The New Zealand dollar is consolidating into a nice pennant shape on the daily chart as it bounces between the recent 4 year lows and the solid resistance at the 76 cent mark.
Source: Blackwell Trader
There is little news out for the kiwi dollar over the next week and a half, and news from the US is not expected to be major over the same period, so we can expect technicals to play a large part in the movements of the NZD/USD pair. The latest Nonfarm result and the FOMC meeting minutes have ensured the kiwi has been volatile, but the highs are getting lower and the lows higher, indicating a squeeze between the bulls and the bears that is likely to lead to a breakout. This can also be seen in the RSI on the below H4 chart, which is consolidating along with the price.
We could see a bit more consolidation from this pair which will provide an opportunity for traders to play off the trend lines as they act as dynamic support. This play will become riskier as we get to the pointy end of the shape as the risk/reward ratio will diminish and the likelihood of a breakout will increase.
The kiwi has remained within the range for several months now and so could see a downside breakout that will maintain the range. Alternatively, the large double bottom that has formed on the above daily chart could indicate an upside breakout is on the cards. That will take the through the recent highs and back towards the resistance at 0.7850.
Source: Blackwell Trader
Either way, a breakout is inevitable and could see a rather large movement.

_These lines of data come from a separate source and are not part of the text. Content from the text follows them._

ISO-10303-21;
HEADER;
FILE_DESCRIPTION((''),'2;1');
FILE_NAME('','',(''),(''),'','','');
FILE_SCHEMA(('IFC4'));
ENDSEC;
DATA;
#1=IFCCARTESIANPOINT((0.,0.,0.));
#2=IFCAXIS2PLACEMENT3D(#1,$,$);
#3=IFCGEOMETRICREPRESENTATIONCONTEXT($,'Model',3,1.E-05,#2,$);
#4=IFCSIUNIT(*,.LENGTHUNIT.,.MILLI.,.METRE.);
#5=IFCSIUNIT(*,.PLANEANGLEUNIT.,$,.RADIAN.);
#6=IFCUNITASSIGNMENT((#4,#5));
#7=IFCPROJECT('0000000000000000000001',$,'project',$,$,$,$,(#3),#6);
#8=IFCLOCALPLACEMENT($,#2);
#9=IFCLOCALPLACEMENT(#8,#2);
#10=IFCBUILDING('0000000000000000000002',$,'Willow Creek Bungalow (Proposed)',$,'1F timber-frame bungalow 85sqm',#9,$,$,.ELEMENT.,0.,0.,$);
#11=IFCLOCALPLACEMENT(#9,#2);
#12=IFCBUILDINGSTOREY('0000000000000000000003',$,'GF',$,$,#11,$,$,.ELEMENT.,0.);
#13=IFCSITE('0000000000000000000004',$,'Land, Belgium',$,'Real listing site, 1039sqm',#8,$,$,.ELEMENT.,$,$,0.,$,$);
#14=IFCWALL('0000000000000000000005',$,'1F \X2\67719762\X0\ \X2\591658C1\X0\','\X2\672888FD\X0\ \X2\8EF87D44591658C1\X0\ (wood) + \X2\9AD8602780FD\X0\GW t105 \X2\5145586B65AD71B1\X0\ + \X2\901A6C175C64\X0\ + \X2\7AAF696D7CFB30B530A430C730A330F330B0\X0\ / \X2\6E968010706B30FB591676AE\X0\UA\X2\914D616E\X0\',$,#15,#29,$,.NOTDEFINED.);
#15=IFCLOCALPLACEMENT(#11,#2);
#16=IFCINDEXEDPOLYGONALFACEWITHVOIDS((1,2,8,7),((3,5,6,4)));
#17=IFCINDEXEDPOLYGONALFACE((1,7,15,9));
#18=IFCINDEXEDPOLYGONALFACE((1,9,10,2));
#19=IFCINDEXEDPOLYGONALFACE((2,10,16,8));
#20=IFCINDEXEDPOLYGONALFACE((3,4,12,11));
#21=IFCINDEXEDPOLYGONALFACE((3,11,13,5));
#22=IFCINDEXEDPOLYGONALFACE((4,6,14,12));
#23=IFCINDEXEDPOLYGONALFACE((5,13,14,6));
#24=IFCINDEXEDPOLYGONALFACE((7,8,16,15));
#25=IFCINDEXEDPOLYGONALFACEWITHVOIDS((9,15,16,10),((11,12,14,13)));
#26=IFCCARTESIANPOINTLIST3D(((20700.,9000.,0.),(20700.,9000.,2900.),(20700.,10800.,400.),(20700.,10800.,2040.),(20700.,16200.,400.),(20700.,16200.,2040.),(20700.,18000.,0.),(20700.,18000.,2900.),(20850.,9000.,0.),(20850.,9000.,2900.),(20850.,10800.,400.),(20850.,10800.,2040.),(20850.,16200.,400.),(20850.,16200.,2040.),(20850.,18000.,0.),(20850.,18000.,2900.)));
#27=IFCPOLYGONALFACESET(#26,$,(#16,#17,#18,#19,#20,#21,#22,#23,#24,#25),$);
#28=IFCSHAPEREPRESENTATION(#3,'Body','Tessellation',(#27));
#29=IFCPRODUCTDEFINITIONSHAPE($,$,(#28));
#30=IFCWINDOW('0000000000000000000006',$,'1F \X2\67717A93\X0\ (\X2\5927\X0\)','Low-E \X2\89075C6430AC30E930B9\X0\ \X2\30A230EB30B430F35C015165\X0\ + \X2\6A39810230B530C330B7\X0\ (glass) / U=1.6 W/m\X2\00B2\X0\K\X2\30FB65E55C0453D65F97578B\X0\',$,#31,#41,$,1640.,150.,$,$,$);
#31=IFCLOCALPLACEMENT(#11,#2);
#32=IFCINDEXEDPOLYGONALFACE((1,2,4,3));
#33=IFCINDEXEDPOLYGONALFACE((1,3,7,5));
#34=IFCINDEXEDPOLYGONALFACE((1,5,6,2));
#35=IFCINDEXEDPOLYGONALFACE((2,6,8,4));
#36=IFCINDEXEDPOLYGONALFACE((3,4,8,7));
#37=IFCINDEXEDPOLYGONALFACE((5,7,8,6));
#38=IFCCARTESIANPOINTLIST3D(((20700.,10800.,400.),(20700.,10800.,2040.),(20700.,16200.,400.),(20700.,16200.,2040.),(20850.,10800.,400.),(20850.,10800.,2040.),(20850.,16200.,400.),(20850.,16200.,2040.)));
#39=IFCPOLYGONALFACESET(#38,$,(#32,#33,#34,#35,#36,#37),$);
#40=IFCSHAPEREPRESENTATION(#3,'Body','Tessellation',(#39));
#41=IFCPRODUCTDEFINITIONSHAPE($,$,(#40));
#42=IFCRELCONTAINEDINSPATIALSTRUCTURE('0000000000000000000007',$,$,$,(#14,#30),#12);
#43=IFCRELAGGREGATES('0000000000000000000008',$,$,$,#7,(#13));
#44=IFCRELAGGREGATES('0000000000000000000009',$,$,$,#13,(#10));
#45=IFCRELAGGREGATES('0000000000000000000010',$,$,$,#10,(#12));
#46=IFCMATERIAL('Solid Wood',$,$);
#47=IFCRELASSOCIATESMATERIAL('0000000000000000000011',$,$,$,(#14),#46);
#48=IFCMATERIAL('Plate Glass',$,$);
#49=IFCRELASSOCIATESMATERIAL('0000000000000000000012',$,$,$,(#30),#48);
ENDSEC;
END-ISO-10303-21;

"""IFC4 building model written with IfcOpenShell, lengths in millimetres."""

from ifc_helpers import new_model, si_unit, frame, frame_2d, origin, place, context, project, spatial, rectangle, extrude, material, element, fill, save


model = new_model("IFC4")

# Units and contexts
model_context = context("Model", 3, precision=1e-05, world=origin())
ifc_project = project(units=[si_unit("LENGTHUNIT", "METRE", prefix="MILLI"), si_unit("PLANEANGLEUNIT", "RADIAN")], contexts=[model_context])

# Site, building, storey
site_placement = place(None, origin())
site = spatial("IfcSite", under=ifc_project, at=site_placement, Name="Land, Belgium", ObjectType="Real listing site, 1039sqm", CompositionType="ELEMENT", RefElevation=0.0)
building_placement = place(site_placement, origin())
building = spatial("IfcBuilding", under=site, at=building_placement, Name="Willow Creek Bungalow (Proposed)", ObjectType="1F timber-frame bungalow 85sqm", CompositionType="ELEMENT", ElevationOfRefHeight=0.0, ElevationOfTerrain=0.0)
storey_placement = place(building_placement, origin())
storey = spatial("IfcBuildingStorey", under=building, at=storey_placement, Name="GF", CompositionType="ELEMENT", Elevation=0.0)

# Shared definitions
ifc_material_1 = material(Name="Solid Wood")

# Wall, opening, window
wall_1_placement = place(storey_placement, frame((10350.0, 4500.0, 0.0)))
wall_1 = element("IfcWall", 1, at=wall_1_placement, inside=storey, material=ifc_material_1, Name="1F 東面 外壁", Description="木製 軸組外壁 (wood) + 高性能GW t105 充填断熱 + 通気層 + 窯業系サイディング / 準耐火・外皮UA配慮", PredefinedType="NOTDEFINED", context=model_context, shape_type="SweptSolid", body=[
    extrude(rectangle(XDim=150.0, YDim=9000.0, at=frame_2d((75.0, 4500.0))), frame((10350.0, 4500.0, 0.0)), (0.0, 0.0, 1.0), 2900.0),
])
opening_1_placement = place(storey_placement, frame((10350.0, 5400.0, 200.0)))
opening_1 = element("IfcOpeningElement", 2, at=opening_1_placement, cuts=wall_1, PredefinedType="NOTDEFINED", context=model_context, shape_type="SweptSolid", body=[
    extrude(rectangle(XDim=150.0, YDim=5400.0, at=frame_2d((75.0, 2700.0))), frame((10350.0, 5400.0, 200.0)), (0.0, 0.0, 1.0), 1640.0),
])
ifc_material_2 = material(Name="Plate Glass")
window_1_placement = place(storey_placement, frame((10350.0, 5400.0, 200.0)))
window_1 = element("IfcWindow", 3, at=window_1_placement, inside=storey, material=ifc_material_2, Name="1F 東窓 (大)", Description="Low-E 複層ガラス アルゴン封入 + 樹脂サッシ (glass) / U=1.6 W/m²K・日射取得型", OverallHeight=1640.0, OverallWidth=150.0, context=model_context, shape_type="SweptSolid", body=[
    extrude(rectangle(XDim=150.0, YDim=5400.0, at=frame_2d((75.0, 2700.0))), frame((10350.0, 5400.0, 200.0)), (0.0, 0.0, 1.0), 1640.0),
])
fill(opening_1, window_1)

save(model, "model.ifc")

Look for support to be found at 0.7482, 0.7392 and 0.7290 if we see a bearish breakout. If we see a bullish breakout, watch for resistance to be found at 0.7605, 0.7691 and the aforementioned resistance at 0.7850.
A pennant pattern is forming on the daily chart for the Kiwi dollar that indicates a consolidation. A breakout is inevitable, but the direction is up for debate. Either way it will provide opportunities.